-- Work item --
Look through the data that follows and copy each line with the string "IFCLOCALPLACEMENT".

● ● ●

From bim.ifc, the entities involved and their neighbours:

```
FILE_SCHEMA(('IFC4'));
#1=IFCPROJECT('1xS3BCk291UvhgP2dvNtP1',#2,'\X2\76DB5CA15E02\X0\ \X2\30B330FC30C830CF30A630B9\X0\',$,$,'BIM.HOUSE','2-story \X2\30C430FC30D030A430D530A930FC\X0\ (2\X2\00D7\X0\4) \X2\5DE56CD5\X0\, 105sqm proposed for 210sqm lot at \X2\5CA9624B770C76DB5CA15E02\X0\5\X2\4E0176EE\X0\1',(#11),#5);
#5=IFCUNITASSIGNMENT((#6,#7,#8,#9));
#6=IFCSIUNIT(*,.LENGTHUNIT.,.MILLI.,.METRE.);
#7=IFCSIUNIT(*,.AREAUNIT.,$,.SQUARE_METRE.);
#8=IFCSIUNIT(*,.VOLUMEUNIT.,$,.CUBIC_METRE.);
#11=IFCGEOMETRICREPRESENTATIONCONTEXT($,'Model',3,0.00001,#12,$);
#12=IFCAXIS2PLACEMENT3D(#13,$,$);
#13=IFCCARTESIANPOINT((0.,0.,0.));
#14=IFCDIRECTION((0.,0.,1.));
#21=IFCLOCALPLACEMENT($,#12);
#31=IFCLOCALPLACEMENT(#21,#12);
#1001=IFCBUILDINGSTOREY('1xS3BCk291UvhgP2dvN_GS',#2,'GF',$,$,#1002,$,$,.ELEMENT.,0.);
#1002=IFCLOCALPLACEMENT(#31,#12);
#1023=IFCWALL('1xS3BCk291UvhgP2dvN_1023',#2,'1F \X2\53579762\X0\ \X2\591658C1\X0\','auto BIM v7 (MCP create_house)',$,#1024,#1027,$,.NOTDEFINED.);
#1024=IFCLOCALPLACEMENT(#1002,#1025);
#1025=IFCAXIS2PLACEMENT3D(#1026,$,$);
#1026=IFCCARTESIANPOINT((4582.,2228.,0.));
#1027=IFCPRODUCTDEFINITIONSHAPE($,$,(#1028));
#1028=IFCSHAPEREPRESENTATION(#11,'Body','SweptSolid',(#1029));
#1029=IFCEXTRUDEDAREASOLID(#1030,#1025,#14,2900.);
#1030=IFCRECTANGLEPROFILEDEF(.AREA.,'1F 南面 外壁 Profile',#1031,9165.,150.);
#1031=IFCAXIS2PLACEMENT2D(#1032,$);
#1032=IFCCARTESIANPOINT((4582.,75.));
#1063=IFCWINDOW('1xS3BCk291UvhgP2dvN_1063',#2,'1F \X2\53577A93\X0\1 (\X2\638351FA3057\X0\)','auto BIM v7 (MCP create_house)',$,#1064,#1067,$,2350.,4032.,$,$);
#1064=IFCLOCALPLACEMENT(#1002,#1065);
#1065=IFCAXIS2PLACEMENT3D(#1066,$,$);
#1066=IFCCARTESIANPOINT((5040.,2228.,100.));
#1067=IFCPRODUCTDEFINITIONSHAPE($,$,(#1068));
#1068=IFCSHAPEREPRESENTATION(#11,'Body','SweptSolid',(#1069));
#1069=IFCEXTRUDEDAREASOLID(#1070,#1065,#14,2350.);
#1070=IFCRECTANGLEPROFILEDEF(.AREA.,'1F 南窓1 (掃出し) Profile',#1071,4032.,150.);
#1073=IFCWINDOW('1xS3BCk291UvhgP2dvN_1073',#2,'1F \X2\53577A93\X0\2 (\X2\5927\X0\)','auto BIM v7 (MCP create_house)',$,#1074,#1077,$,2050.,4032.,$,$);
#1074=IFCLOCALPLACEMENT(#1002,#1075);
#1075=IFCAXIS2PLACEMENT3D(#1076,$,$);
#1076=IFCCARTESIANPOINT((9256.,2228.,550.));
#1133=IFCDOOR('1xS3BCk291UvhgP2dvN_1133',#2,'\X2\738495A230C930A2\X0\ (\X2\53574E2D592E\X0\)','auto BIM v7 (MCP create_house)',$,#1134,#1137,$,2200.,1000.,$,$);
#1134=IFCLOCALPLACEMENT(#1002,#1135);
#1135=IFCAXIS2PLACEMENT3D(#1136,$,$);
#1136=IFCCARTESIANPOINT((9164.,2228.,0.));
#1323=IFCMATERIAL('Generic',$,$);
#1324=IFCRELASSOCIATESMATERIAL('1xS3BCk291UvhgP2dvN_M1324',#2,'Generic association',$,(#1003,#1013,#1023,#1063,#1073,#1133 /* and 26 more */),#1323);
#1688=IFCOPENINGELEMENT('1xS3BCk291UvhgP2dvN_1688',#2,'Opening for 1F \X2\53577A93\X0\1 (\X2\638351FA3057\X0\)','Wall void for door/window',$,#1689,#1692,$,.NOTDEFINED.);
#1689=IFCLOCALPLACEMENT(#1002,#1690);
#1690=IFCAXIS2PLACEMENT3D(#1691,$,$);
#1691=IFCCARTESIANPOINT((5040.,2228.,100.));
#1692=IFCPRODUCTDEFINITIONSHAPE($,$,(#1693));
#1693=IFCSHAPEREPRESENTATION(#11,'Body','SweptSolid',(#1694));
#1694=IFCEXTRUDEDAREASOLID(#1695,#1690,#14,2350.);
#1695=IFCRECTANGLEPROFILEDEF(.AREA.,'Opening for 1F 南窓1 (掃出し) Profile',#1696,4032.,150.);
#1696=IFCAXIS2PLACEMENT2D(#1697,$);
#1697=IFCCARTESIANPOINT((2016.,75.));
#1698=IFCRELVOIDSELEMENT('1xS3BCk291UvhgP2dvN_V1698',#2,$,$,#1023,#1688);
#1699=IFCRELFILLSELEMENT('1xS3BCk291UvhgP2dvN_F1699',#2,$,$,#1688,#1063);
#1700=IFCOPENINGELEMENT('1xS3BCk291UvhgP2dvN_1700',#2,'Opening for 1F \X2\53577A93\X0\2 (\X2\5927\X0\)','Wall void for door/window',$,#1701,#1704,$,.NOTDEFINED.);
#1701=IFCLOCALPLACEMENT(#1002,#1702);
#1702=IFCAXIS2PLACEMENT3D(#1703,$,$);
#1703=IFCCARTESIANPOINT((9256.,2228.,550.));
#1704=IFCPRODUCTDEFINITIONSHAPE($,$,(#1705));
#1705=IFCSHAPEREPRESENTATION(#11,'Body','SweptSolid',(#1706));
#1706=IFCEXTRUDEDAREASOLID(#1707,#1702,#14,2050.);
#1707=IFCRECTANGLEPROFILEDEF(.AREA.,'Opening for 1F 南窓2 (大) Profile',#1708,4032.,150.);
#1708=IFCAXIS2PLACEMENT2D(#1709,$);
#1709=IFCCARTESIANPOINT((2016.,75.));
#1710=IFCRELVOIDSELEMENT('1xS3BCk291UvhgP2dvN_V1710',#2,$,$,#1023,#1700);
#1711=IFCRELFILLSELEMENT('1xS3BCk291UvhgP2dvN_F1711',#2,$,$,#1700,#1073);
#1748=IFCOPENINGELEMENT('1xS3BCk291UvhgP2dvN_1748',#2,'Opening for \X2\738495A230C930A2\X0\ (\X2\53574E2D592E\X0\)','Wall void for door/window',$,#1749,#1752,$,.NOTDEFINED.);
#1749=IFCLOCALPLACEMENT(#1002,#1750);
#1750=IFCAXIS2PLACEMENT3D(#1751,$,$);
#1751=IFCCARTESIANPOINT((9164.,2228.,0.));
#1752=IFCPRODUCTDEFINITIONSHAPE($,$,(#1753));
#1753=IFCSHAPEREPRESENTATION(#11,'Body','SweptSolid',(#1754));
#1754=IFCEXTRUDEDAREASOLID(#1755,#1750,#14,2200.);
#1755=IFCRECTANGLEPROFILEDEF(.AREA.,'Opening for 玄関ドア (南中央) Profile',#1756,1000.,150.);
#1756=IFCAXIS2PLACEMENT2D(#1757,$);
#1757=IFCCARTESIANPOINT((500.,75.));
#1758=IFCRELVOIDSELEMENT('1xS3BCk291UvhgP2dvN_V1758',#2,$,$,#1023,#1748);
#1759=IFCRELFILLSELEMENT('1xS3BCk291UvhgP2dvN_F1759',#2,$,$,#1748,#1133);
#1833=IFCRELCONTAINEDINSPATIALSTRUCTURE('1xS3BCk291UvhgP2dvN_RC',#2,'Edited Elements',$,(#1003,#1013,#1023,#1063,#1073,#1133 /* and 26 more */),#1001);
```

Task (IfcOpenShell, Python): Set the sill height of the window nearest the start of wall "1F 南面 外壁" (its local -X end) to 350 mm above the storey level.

```python
import numpy as np
import ifcopenshell
import ifcopenshell.api.geometry
import ifcopenshell.geom
import ifcopenshell.util.element
import ifcopenshell.util.placement
import ifcopenshell.util.shape
import ifcopenshell.util.unit

model = ifcopenshell.open("bim.ifc")
unit_scale = ifcopenshell.util.unit.calculate_unit_scale(model)

window = model.by_guid("1xS3BCk291UvhgP2dvN_1063")
opening = window.FillsVoids[0].RelatingOpeningElement
storey = ifcopenshell.util.element.get_container(window, ifc_class="IfcBuildingStorey")
level = ifcopenshell.util.placement.get_local_placement(storey.ObjectPlacement)[2, 3]

# The opening's origin need not be at the sill, so measure its lowest point.
shape = ifcopenshell.geom.create_shape(ifcopenshell.geom.settings(), opening)
bottom = ifcopenshell.util.shape.get_shape_bottom_elevation(shape, shape.geometry) / unit_scale
dz = level + 0.35 / unit_scale - bottom

shift = np.array([0.0, 0.0, dz])
# The window is not placed relative to its opening, so move both.
for product in (opening, window):
    matrix = ifcopenshell.util.placement.get_local_placement(product.ObjectPlacement)
    matrix[:3, 3] += shift
    ifcopenshell.api.geometry.edit_object_placement(model, product=product, matrix=matrix, is_si=False)

print(f"moved by {dz * unit_scale:+.3f} m")

model.write("bim_v2.ifc")
```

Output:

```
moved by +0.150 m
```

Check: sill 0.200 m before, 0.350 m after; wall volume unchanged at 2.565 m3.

● ● ●

-- Exercise solution --
#21=IFCLOCALPLACEMENT($,#12);
#31=IFCLOCALPLACEMENT(#21,#12);
#1002=IFCLOCALPLACEMENT(#31,#12);
#1024=IFCLOCALPLACEMENT(#1002,#1025);
#1064=IFCLOCALPLACEMENT(#1002,#1065);
#1074=IFCLOCALPLACEMENT(#1002,#1075);
#1134=IFCLOCALPLACEMENT(#1002,#1135);
#1689=IFCLOCALPLACEMENT(#1002,#1690);
#1701=IFCLOCALPLACEMENT(#1002,#1702);
#1749=IFCLOCALPLACEMENT(#1002,#1750);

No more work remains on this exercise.